Abstract

Sub-Andean Peru comprises the Maranon, Ucayali, and Madre de Dios basins which, together with three subsidiary basins, cover an area of 370,000 km2. These basins extend considerable distances northward into Ecuador and Colombia and southeastward into Bolivia. More than 5 billion bbl of recoverable oil have been discovered in these basins, of which over 1 billion bbl of oil and almost 7 tcf of gas are in Peru. The Tertiary foreland basins in front of the Eastern Cordillera are filled with up to 4 km of Tertiary molasse sedimentary rocks. The basins are mainly of Miocene age and overlie older Paleozoic and Mesozoic depocenters.

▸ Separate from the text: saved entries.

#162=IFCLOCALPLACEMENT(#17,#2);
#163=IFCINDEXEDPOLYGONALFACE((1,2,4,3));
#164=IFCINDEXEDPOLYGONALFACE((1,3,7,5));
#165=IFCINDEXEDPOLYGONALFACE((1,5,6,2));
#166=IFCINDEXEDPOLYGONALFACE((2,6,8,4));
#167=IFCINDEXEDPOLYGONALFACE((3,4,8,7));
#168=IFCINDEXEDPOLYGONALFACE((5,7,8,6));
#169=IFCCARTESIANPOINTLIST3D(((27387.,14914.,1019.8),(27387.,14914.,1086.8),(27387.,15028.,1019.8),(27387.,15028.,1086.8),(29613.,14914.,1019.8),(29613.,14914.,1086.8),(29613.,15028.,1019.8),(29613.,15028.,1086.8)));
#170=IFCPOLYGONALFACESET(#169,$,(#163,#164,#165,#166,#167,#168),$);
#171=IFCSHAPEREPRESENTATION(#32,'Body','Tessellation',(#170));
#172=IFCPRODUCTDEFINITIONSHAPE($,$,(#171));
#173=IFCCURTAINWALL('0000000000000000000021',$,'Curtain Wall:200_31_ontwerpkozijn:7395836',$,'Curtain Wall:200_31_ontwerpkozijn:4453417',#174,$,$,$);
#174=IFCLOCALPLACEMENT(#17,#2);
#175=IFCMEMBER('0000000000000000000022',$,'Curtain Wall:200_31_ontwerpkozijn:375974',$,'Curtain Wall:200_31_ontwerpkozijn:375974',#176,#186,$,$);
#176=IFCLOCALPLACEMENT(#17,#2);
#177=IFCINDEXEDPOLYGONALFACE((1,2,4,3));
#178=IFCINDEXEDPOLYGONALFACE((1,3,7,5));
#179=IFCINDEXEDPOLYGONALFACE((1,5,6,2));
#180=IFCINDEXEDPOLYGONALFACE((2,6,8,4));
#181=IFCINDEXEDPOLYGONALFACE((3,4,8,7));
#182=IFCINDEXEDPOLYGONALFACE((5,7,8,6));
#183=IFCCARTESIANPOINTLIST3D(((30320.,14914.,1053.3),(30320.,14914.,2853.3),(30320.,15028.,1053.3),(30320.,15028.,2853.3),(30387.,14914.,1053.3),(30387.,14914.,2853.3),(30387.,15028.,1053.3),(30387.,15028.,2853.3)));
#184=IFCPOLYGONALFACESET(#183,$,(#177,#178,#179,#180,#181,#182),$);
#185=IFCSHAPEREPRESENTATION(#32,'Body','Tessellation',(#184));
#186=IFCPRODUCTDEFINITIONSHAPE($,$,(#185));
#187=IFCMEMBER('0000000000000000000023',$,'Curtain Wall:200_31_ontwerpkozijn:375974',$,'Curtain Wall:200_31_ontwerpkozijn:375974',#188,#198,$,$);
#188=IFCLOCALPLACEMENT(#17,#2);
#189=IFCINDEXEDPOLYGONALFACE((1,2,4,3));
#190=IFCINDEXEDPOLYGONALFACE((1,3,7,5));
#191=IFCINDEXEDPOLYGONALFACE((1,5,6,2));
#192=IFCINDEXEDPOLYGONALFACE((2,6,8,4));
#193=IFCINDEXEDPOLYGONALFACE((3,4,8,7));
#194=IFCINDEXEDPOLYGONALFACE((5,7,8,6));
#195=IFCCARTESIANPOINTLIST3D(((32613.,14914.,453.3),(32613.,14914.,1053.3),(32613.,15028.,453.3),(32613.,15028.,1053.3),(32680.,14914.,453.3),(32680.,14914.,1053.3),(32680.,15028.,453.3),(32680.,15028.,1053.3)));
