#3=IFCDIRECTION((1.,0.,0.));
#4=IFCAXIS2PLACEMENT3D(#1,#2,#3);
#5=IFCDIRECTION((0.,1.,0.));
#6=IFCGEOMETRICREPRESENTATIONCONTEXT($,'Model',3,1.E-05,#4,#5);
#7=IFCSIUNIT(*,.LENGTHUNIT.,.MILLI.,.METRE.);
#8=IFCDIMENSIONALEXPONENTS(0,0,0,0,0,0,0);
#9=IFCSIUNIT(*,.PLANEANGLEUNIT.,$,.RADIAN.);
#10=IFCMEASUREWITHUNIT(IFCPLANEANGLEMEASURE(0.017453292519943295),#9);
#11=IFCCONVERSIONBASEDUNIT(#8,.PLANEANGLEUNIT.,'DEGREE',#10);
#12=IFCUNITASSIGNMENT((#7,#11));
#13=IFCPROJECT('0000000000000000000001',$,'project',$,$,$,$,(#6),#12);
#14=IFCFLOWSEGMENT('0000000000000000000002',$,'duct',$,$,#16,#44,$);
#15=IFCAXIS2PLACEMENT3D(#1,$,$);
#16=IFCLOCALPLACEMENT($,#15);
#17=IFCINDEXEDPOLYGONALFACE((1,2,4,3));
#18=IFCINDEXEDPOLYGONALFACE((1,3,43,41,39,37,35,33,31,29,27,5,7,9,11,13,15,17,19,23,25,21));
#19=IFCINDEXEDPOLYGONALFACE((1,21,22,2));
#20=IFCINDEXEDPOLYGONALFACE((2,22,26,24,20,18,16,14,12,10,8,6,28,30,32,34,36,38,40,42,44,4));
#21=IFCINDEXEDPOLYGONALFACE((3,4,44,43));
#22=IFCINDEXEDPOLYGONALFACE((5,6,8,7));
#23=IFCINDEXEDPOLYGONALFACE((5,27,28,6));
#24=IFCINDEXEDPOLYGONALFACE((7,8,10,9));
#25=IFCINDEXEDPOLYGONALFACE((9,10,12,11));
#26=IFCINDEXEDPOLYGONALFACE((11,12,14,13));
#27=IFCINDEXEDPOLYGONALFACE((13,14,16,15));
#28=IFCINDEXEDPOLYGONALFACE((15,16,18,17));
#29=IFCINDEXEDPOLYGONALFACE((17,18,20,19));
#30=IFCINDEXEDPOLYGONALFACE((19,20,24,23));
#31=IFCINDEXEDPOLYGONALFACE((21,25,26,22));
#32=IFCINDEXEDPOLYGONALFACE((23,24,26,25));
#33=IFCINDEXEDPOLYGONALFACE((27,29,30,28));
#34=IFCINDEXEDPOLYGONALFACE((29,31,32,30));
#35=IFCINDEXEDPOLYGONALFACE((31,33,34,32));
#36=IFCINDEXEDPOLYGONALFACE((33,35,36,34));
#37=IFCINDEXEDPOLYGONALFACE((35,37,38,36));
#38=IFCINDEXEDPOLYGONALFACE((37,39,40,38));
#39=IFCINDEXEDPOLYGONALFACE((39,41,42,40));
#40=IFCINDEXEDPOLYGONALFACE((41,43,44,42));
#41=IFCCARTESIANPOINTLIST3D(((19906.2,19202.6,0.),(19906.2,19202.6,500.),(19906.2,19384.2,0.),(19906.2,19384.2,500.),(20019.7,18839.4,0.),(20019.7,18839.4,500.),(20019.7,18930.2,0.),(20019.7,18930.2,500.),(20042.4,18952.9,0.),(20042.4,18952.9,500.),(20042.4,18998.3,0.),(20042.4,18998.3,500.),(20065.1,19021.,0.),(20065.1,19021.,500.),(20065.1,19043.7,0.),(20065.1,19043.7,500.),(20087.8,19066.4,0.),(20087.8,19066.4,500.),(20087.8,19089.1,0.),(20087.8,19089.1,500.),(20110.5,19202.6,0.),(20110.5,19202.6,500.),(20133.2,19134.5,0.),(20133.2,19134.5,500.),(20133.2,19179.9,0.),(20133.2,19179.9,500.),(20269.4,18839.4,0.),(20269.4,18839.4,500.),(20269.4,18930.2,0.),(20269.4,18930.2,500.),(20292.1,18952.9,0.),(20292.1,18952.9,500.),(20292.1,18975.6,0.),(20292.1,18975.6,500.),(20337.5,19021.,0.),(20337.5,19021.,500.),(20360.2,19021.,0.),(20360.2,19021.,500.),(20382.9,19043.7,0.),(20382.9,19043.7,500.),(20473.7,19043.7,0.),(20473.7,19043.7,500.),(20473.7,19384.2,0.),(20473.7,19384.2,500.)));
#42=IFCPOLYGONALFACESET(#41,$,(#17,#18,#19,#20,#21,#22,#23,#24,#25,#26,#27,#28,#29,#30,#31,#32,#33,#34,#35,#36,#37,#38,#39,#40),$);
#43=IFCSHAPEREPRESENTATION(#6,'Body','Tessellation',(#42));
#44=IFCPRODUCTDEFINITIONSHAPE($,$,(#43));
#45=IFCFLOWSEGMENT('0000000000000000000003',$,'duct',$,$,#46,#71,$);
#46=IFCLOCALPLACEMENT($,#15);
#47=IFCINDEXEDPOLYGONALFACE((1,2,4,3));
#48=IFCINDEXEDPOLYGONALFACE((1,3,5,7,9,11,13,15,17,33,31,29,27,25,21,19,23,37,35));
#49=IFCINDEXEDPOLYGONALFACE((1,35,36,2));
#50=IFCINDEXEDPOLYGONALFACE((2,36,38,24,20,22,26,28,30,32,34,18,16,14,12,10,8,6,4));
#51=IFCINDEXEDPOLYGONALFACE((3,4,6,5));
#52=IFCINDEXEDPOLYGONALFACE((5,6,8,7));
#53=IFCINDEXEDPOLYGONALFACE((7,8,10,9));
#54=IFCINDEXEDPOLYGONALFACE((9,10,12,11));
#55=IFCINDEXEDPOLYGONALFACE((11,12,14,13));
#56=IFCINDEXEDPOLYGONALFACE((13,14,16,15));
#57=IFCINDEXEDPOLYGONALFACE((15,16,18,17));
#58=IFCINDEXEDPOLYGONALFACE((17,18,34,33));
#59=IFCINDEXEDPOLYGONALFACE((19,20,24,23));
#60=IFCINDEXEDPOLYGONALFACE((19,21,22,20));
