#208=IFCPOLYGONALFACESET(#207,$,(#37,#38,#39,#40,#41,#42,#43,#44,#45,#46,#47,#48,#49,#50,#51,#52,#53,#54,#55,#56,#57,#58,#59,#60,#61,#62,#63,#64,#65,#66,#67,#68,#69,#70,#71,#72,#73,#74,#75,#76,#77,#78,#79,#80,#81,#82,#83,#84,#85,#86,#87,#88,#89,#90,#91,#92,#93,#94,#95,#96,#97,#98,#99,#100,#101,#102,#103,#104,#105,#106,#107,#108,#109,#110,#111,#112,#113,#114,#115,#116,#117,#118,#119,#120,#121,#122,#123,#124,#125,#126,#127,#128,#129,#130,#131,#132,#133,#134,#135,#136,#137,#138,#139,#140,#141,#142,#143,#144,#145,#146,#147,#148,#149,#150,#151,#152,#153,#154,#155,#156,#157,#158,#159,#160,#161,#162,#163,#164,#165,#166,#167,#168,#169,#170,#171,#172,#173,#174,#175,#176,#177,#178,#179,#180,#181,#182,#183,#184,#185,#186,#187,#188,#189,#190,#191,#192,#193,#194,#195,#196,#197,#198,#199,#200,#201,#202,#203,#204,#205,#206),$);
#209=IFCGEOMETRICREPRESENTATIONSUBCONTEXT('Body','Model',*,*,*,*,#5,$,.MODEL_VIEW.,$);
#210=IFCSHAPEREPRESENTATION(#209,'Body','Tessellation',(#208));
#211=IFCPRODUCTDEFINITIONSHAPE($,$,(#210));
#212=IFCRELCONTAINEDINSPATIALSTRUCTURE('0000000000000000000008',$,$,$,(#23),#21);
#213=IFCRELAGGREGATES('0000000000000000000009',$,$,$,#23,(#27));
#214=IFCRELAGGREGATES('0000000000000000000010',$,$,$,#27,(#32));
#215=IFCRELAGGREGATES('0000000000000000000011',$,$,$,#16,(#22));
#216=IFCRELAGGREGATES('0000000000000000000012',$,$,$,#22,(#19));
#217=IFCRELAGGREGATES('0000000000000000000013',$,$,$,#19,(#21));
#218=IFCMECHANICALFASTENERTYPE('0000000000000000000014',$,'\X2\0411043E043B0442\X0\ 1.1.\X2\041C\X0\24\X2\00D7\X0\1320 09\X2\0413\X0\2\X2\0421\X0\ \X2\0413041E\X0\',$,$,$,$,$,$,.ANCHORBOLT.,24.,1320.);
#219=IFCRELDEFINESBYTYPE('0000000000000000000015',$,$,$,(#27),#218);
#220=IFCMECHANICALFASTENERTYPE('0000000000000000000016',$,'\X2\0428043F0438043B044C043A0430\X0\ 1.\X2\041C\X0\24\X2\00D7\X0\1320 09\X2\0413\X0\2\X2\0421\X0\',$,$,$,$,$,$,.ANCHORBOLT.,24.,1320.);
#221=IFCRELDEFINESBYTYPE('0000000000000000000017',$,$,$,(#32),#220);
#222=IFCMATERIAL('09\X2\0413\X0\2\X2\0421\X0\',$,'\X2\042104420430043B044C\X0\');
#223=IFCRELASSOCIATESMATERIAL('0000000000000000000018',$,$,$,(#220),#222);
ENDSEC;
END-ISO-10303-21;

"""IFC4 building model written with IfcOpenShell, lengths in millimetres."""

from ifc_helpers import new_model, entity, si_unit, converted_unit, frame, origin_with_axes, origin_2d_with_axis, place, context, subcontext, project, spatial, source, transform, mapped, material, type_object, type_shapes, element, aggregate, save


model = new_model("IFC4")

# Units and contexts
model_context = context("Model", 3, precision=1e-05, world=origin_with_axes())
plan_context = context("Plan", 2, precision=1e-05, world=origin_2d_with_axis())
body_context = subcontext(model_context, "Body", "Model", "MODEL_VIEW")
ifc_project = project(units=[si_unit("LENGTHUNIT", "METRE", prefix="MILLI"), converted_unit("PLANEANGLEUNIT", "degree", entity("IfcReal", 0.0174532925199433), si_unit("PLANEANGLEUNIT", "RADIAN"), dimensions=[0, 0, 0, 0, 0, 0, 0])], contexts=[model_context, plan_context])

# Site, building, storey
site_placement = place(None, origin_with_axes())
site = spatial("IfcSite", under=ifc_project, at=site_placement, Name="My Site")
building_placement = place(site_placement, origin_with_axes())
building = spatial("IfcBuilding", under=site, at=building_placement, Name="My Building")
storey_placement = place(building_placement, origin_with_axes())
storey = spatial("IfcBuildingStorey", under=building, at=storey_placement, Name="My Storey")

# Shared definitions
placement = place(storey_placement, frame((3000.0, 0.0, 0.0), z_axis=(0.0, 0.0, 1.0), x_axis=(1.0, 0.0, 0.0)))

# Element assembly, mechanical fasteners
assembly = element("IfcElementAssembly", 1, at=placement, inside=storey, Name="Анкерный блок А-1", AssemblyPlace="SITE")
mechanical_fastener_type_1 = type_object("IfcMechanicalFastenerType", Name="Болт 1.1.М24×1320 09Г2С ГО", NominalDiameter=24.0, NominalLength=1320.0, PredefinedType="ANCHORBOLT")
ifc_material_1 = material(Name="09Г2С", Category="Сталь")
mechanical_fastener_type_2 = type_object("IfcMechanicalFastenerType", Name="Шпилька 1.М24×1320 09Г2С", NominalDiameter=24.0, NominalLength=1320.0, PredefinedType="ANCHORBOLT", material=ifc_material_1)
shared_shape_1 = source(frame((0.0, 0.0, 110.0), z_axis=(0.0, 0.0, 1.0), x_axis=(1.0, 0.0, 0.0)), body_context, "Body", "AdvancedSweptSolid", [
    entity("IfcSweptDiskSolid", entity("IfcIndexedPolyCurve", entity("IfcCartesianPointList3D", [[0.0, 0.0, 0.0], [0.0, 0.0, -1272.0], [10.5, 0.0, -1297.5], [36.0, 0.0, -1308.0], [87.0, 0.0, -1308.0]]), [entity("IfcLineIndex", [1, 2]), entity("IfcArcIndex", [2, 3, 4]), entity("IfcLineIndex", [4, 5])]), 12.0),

Three major compressional episodes are recognized: a Middle Triassic event, an Early Cretaceous event associated with major unconformities in some areas, and a regionally pervasive late Miocene-Pliocene (Quechua III) event expressed in thrusting and compressional folding over most of sub-Andean Peru. Two families of oils are differentiated in the Maranon basin, related to Permian and Cretaceous source rocks. Three groups of oils in the Ucayali basin derive from Devonian, Carboniferous, Permian, and Triassic sources. Oil samples in the Madre de Dios basin correlate to Devonian and Carboniferous shales. A variety of trap types have been identified. The foreland can be divided into areas where preexisting faults have been reversed by late Tertiary compression and flexural uplift, and areas unaffected by this deformation where older, more subtle traps are important. To the west, the sub-Andean belt comprises regions where basement-involved thrusts predominate and other areas characterized by thin-skinned thrusting. The Oriente-Maranon-Ucayali basin complex has at least one large hydrocarbon accumulation in each trap type. The level of exploration is low, and many areas are virtually unexplored.